Unable to retrieve key from JWKS
A job fails early in configuration, unable to retrieve keys from the JSON Web Key Store based upon the known server URL. Please note the below error is being shown un-obfuscated and would normally only be visible in the log files.
Preparing the "custom" executor
Error encountered during job: unable to parse supplied CI_JOB_JWT: unable to parse supplied CI_JOB_JWT: unable to retrieve key from JWKS endpoint: unable to retrieve response from https://gitlab.example.com/-/jwks: Get "https://gitlab.example.com/-/jwks": dial tcp: no such host
ERROR: Preparation failed: exit status 2
The likely cause of this issue is related to the server URL known by the runner through the job response. This may not aligns with the requirements for your deployment (e.g. subdomain, path, or port).

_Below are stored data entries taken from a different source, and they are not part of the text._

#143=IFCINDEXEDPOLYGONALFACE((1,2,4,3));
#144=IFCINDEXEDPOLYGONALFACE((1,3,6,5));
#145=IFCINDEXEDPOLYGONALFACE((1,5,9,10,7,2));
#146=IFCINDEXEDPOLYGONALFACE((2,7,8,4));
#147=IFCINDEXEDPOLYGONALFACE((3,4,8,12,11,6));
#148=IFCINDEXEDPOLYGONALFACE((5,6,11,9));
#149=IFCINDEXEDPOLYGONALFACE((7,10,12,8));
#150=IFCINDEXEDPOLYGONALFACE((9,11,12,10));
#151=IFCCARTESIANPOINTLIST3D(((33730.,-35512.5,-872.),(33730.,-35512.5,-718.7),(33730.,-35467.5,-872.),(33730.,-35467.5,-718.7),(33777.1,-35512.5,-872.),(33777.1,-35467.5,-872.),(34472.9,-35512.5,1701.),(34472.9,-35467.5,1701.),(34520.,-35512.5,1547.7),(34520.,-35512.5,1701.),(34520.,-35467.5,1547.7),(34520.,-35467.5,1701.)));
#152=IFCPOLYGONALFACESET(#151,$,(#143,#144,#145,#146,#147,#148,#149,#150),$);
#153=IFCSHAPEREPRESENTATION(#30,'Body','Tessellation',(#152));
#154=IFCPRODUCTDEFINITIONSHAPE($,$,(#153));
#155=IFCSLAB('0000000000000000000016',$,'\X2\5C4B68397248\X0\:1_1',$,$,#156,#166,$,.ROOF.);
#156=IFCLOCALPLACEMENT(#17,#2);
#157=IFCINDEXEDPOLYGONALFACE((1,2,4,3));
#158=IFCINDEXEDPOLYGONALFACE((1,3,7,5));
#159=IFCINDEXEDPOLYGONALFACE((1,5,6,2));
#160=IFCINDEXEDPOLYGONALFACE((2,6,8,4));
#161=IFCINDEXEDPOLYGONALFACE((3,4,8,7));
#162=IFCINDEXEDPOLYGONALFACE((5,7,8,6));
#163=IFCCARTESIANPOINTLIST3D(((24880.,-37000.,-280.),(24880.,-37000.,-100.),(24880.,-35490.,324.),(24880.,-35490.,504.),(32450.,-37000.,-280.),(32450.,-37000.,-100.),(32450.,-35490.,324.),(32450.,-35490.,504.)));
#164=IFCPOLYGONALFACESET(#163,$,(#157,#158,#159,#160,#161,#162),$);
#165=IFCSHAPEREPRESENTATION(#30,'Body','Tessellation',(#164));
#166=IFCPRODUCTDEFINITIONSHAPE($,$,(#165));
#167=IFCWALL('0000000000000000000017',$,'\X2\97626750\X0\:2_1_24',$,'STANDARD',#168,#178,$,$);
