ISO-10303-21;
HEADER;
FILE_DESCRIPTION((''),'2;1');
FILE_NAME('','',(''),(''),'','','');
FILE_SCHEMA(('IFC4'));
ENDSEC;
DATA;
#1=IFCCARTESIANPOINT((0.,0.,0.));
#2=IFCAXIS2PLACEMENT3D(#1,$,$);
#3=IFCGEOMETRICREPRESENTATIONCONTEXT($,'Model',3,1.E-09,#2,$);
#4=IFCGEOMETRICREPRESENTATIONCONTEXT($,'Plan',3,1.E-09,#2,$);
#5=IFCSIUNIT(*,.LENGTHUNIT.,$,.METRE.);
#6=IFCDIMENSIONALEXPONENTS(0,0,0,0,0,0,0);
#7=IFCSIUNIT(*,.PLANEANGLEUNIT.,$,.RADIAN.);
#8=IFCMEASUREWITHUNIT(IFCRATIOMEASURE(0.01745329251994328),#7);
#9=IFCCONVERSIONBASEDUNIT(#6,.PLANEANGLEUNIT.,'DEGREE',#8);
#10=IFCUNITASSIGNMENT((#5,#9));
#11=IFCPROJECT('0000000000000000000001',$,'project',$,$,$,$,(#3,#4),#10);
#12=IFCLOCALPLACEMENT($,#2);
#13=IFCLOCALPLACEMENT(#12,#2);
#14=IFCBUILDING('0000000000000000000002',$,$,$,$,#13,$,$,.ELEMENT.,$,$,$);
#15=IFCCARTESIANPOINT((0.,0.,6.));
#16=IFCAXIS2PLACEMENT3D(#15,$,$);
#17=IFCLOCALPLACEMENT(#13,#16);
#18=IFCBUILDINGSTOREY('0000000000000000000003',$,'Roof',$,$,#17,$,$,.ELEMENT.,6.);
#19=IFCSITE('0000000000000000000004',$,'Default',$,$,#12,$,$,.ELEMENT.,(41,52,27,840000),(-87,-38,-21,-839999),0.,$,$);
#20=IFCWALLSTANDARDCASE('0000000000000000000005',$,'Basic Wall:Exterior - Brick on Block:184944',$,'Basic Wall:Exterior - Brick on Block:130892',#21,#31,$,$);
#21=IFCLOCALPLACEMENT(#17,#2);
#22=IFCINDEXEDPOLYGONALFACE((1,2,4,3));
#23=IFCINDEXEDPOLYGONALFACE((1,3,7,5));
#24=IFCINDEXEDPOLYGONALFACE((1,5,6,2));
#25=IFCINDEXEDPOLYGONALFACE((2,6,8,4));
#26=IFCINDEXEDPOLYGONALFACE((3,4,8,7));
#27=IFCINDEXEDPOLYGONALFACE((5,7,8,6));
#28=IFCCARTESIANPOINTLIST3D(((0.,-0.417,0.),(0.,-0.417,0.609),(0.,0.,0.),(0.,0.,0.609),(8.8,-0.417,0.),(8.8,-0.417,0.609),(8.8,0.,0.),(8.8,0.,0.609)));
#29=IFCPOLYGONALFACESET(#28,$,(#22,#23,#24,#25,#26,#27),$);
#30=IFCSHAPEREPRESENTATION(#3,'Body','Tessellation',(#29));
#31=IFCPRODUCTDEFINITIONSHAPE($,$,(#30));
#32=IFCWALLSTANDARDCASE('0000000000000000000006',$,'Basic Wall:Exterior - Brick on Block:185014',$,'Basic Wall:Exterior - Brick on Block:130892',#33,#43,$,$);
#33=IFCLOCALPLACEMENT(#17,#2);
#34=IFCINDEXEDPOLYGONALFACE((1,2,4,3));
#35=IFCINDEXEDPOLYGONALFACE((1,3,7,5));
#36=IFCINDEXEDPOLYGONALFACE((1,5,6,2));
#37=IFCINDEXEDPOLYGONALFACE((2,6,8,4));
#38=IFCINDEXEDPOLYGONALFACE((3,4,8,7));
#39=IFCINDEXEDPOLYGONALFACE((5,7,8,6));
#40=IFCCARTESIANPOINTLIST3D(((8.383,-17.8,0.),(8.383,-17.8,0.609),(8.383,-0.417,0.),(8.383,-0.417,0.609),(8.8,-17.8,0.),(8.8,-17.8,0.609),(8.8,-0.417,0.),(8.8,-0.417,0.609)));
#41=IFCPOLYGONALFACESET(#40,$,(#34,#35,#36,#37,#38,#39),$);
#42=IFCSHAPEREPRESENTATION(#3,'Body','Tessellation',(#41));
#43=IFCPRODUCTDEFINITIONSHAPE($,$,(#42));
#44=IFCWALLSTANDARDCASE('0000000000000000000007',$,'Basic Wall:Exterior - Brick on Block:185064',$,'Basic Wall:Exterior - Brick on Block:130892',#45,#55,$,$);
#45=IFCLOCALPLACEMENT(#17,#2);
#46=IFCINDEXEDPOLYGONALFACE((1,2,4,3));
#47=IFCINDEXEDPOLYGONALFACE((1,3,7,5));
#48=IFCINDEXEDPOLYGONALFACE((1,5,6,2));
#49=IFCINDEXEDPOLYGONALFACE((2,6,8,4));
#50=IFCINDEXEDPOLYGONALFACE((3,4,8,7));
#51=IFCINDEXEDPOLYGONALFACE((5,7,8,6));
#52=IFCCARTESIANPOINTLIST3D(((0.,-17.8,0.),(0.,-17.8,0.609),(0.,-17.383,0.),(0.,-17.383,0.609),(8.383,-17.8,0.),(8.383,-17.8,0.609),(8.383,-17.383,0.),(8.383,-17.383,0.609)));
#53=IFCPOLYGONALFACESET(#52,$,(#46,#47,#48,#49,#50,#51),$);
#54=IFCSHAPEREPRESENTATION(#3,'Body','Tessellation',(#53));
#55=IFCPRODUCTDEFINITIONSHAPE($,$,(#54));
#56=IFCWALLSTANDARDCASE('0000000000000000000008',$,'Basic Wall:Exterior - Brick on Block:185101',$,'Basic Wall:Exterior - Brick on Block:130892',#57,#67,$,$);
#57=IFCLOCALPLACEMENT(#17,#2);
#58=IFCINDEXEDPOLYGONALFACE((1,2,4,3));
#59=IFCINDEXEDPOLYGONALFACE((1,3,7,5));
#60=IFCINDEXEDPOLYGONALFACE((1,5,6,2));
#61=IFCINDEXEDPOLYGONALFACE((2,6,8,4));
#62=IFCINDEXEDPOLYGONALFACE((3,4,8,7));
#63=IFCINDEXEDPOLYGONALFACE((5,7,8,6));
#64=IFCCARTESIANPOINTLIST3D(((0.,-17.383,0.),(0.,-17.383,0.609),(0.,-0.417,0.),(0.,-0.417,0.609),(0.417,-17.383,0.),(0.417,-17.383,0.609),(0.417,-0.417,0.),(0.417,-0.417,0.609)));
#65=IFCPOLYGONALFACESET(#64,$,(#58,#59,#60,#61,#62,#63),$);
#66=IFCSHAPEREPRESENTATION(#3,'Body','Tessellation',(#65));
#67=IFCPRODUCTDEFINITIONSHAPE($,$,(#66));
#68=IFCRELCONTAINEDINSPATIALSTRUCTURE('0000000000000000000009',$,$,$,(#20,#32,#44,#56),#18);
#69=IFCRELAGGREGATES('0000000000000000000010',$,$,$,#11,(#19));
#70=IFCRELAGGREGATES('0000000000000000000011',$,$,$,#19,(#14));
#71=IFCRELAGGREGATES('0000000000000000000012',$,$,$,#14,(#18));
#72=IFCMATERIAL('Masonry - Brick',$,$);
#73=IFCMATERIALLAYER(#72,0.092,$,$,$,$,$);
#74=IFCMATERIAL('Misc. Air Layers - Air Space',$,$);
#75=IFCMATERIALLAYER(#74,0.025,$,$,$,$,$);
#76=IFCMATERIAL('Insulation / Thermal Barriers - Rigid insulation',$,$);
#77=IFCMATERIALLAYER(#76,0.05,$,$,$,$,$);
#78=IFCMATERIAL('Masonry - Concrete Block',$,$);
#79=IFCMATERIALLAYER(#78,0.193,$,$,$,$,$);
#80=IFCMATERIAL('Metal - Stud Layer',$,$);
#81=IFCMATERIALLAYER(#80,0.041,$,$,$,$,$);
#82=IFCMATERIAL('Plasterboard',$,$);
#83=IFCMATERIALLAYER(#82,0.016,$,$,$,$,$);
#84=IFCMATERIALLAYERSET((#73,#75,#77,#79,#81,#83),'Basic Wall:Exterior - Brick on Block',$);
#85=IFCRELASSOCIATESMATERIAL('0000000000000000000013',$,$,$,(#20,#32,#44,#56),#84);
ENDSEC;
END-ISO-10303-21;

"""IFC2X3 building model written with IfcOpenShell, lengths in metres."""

from ifc_helpers import new_model, entity, si_unit, converted_unit, frame, frame_2d, origin, place, context, project, spatial, rectangle, extrude, material, layer, layer_set, layer_usage, element, save


model = new_model("IFC2X3")

# Units and contexts
model_context = context("Model", 3, precision=1e-09, world=origin())
plan_context = context("Plan", 3, precision=1e-09, world=origin())
ifc_project = project(units=[si_unit("LENGTHUNIT", "METRE"), converted_unit("PLANEANGLEUNIT", "DEGREE", entity("IfcRatioMeasure", 0.01745329251994328), si_unit("PLANEANGLEUNIT", "RADIAN"), dimensions=[0, 0, 0, 0, 0, 0, 0])], contexts=[model_context, plan_context])

# Site, building, storey
site_placement = place(None, origin())
site = spatial("IfcSite", under=ifc_project, at=site_placement, Name="Default", CompositionType="ELEMENT", RefLatitude=(41, 52, 27, 840000), RefLongitude=(-87, -38, -21, -839999), RefElevation=0.0)
building_placement = place(site_placement, origin())
building = spatial("IfcBuilding", under=site, at=building_placement, CompositionType="ELEMENT")
storey_placement = place(building_placement, frame((0.0, 0.0, 6.0)))
storey = spatial("IfcBuildingStorey", under=building, at=storey_placement, Name="Roof", CompositionType="ELEMENT", Elevation=6.0)

# Walls
ifc_material_1 = material(Name="Masonry - Brick")
ifc_layer_1 = layer(ifc_material_1, 0.092)
ifc_material_2 = material(Name="Misc. Air Layers - Air Space")
ifc_layer_2 = layer(ifc_material_2, 0.025)
ifc_material_3 = material(Name="Insulation / Thermal Barriers - Rigid insulation")
ifc_layer_3 = layer(ifc_material_3, 0.05)
ifc_material_4 = material(Name="Masonry - Concrete Block")
ifc_layer_4 = layer(ifc_material_4, 0.193)
ifc_material_5 = material(Name="Metal - Stud Layer")
ifc_layer_5 = layer(ifc_material_5, 0.041)
ifc_material_6 = material(Name="Plasterboard")
ifc_layer_6 = layer(ifc_material_6, 0.016)
ifc_layer_set = layer_set([ifc_layer_1, ifc_layer_2, ifc_layer_3, ifc_layer_4, ifc_layer_5, ifc_layer_6], Name="Basic Wall:Exterior - Brick on Block")
ifc_layer_usage = layer_usage(ifc_layer_set, "AXIS2", "NEGATIVE", 0.2085)
wall_1_placement = place(storey_placement, frame((0.0, -0.2085, 0.0)))
element("IfcWallStandardCase", 1, at=wall_1_placement, inside=storey, material=ifc_layer_usage, Name="Basic Wall:Exterior - Brick on Block:184944", ObjectType="Basic Wall:Exterior - Brick on Block:130892", context=model_context, shape_type="SweptSolid", body=[
    extrude(rectangle(XDim=8.8, YDim=0.417, at=frame_2d((4.4, 0.0), x_axis=(-1.0, 0.0))), origin(), (0.0, 0.0, 1.0), 0.609),
])
wall_2_placement = place(storey_placement, frame((8.5915, -0.417, 0.0), z_axis=(0.0, 0.0, 1.0), x_axis=(0.0, -1.0, 0.0)))
element("IfcWallStandardCase", 2, at=wall_2_placement, inside=storey, material=ifc_layer_usage, Name="Basic Wall:Exterior - Brick on Block:185014", ObjectType="Basic Wall:Exterior - Brick on Block:130892", context=model_context, shape_type="SweptSolid", body=[
    extrude(rectangle(XDim=17.383, YDim=0.417, at=frame_2d((8.6915, 0.0), x_axis=(-1.0, 0.0))), origin(), (0.0, 0.0, 1.0), 0.609),
])
wall_3_placement = place(storey_placement, frame((8.383, -17.5915, 0.0), z_axis=(0.0, 0.0, 1.0), x_axis=(-1.0, 0.0, 0.0)))
element("IfcWallStandardCase", 3, at=wall_3_placement, inside=storey, material=ifc_layer_usage, Name="Basic Wall:Exterior - Brick on Block:185064", ObjectType="Basic Wall:Exterior - Brick on Block:130892", context=model_context, shape_type="SweptSolid", body=[
    extrude(rectangle(XDim=8.383, YDim=0.417, at=frame_2d((4.1915, 0.0), x_axis=(-1.0, 0.0))), origin(), (0.0, 0.0, 1.0), 0.609),
])
wall_4_placement = place(storey_placement, frame((0.2085, -17.383, 0.0), z_axis=(0.0, 0.0, 1.0), x_axis=(0.0, 1.0, 0.0)))
element("IfcWallStandardCase", 4, at=wall_4_placement, inside=storey, material=ifc_layer_usage, Name="Basic Wall:Exterior - Brick on Block:185101", ObjectType="Basic Wall:Exterior - Brick on Block:130892", context=model_context, shape_type="SweptSolid", body=[
    extrude(rectangle(XDim=16.966, YDim=0.417, at=frame_2d((8.483, 0.0), x_axis=(-1.0, 0.0))), origin(), (0.0, 0.0, 1.0), 0.609),
])

save(model, "model.ifc")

This can be set using the Jacamar CI configuration:
[general]
...
gitlab_server = "https://example.com/gitlab"
Validation for CIJobJWT failed on the ‘jwt’ tag
Troubleshooting an error relating to the validation of the CIJobJWT
is
normally caused by a missing id_token
/CI_JOB_JWT
. New versions of
Jacamar CI will further clarify this error to users:
No id_token found on EXAMPLE_ID_TOKEN variable. Please update your CI job to include the following:
id_tokens:
EXAMPLE_ID_TOKEN:
aud: https://gitlab.example.com
Prior to server release v16.0 the default CI_JOB_JWT will remain available. For additional details see: https://docs.gitlab.com/ee/ci/yaml/index.html#id_tokens
The only solution to this is to have users add the following to their CI/CD jobs that will be run by a Jacamar CI application:
job:
id_tokens:
EXAMPLE_ID_TOKEN:
aud: https://code.ornl.gov
See the Migrating to new id_tokens from CI_JOB_JWT for additional details.